_Stored items_
Start of Block
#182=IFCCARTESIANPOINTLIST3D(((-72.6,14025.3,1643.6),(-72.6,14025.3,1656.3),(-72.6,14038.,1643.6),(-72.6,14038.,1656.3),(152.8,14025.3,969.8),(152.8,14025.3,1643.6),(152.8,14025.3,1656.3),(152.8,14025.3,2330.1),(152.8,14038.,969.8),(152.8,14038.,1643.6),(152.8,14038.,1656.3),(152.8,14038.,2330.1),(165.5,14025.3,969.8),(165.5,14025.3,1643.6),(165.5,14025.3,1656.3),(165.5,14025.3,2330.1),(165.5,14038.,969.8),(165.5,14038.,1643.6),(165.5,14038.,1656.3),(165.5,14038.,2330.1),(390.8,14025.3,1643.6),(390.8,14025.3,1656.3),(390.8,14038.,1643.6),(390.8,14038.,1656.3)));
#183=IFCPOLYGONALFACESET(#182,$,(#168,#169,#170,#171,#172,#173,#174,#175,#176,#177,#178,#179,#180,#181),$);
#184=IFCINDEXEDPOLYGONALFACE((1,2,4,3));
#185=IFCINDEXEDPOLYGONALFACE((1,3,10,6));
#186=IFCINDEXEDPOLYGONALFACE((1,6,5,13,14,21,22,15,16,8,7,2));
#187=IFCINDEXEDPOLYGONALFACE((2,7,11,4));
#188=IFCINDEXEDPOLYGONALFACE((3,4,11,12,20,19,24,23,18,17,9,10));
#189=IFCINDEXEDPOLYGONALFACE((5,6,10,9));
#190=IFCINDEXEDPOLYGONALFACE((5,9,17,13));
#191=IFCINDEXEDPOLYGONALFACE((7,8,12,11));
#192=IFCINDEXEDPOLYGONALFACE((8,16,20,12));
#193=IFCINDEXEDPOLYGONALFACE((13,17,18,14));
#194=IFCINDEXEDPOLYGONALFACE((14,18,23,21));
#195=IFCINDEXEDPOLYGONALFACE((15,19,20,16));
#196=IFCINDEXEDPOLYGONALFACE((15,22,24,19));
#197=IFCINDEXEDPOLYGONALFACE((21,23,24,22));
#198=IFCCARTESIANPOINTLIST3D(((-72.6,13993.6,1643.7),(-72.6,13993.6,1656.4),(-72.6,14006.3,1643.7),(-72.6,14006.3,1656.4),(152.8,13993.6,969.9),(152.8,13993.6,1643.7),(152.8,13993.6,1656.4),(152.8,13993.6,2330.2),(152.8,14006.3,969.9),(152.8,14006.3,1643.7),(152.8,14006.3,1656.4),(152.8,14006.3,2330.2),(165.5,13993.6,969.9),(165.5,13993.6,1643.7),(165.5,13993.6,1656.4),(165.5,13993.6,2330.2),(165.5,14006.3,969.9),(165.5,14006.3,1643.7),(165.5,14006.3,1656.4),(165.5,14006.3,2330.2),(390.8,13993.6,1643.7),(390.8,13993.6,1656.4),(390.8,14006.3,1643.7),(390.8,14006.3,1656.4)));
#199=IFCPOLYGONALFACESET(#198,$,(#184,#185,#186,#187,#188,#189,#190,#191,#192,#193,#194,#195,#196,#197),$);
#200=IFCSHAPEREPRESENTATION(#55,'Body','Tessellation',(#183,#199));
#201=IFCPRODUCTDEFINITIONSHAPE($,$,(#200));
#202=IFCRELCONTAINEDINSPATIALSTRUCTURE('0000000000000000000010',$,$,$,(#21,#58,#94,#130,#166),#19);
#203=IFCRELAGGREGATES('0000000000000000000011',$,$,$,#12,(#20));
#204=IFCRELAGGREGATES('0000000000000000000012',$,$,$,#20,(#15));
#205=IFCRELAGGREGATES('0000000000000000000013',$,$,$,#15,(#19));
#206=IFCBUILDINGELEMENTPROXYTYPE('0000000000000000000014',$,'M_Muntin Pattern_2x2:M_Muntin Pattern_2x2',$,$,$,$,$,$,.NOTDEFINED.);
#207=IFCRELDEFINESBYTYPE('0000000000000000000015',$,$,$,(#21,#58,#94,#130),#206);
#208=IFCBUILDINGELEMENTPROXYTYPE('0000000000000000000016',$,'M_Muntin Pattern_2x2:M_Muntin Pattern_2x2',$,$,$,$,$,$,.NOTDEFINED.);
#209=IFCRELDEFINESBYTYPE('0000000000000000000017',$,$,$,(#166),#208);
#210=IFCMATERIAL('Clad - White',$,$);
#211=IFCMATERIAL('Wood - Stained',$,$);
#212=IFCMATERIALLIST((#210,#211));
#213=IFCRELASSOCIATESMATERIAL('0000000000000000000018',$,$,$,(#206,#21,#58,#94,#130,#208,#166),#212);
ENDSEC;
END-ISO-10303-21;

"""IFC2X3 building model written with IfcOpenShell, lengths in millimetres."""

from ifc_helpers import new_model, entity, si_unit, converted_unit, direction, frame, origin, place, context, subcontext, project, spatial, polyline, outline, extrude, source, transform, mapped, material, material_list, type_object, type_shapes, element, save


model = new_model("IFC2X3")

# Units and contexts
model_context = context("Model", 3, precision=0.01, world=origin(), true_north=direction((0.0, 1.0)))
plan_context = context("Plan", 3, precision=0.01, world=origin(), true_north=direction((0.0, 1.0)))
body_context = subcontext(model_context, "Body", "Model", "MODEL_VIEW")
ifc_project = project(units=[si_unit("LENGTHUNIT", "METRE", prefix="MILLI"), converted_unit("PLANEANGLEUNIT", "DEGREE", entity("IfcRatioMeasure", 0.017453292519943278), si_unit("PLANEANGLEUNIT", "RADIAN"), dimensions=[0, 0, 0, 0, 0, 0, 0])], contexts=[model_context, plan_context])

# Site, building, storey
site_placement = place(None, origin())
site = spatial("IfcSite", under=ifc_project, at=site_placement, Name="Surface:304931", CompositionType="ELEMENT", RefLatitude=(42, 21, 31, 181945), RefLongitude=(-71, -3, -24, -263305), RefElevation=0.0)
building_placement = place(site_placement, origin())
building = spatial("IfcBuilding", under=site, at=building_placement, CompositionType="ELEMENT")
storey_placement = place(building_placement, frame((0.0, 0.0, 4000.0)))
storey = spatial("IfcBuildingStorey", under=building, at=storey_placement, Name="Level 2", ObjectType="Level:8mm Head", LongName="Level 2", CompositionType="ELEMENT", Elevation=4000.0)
End of Block
_What is expected_
The answer must be a verbatim transcription of the entries above, from the first line through the line that contains "#195=IFCINDEXEDPOLYGONALFACE((15,19,20,16));", and nothing more.

_Answer section_
#182=IFCCARTESIANPOINTLIST3D(((-72.6,14025.3,1643.6),(-72.6,14025.3,1656.3),(-72.6,14038.,1643.6),(-72.6,14038.,1656.3),(152.8,14025.3,969.8),(152.8,14025.3,1643.6),(152.8,14025.3,1656.3),(152.8,14025.3,2330.1),(152.8,14038.,969.8),(152.8,14038.,1643.6),(152.8,14038.,1656.3),(152.8,14038.,2330.1),(165.5,14025.3,969.8),(165.5,14025.3,1643.6),(165.5,14025.3,1656.3),(165.5,14025.3,2330.1),(165.5,14038.,969.8),(165.5,14038.,1643.6),(165.5,14038.,1656.3),(165.5,14038.,2330.1),(390.8,14025.3,1643.6),(390.8,14025.3,1656.3),(390.8,14038.,1643.6),(390.8,14038.,1656.3)));
#183=IFCPOLYGONALFACESET(#182,$,(#168,#169,#170,#171,#172,#173,#174,#175,#176,#177,#178,#179,#180,#181),$);
#184=IFCINDEXEDPOLYGONALFACE((1,2,4,3));
#185=IFCINDEXEDPOLYGONALFACE((1,3,10,6));
#186=IFCINDEXEDPOLYGONALFACE((1,6,5,13,14,21,22,15,16,8,7,2));
#187=IFCINDEXEDPOLYGONALFACE((2,7,11,4));
#188=IFCINDEXEDPOLYGONALFACE((3,4,11,12,20,19,24,23,18,17,9,10));
#189=IFCINDEXEDPOLYGONALFACE((5,6,10,9));
#190=IFCINDEXEDPOLYGONALFACE((5,9,17,13));
#191=IFCINDEXEDPOLYGONALFACE((7,8,12,11));
#192=IFCINDEXEDPOLYGONALFACE((8,16,20,12));
#193=IFCINDEXEDPOLYGONALFACE((13,17,18,14));
#194=IFCINDEXEDPOLYGONALFACE((14,18,23,21));
#195=IFCINDEXEDPOLYGONALFACE((15,19,20,16));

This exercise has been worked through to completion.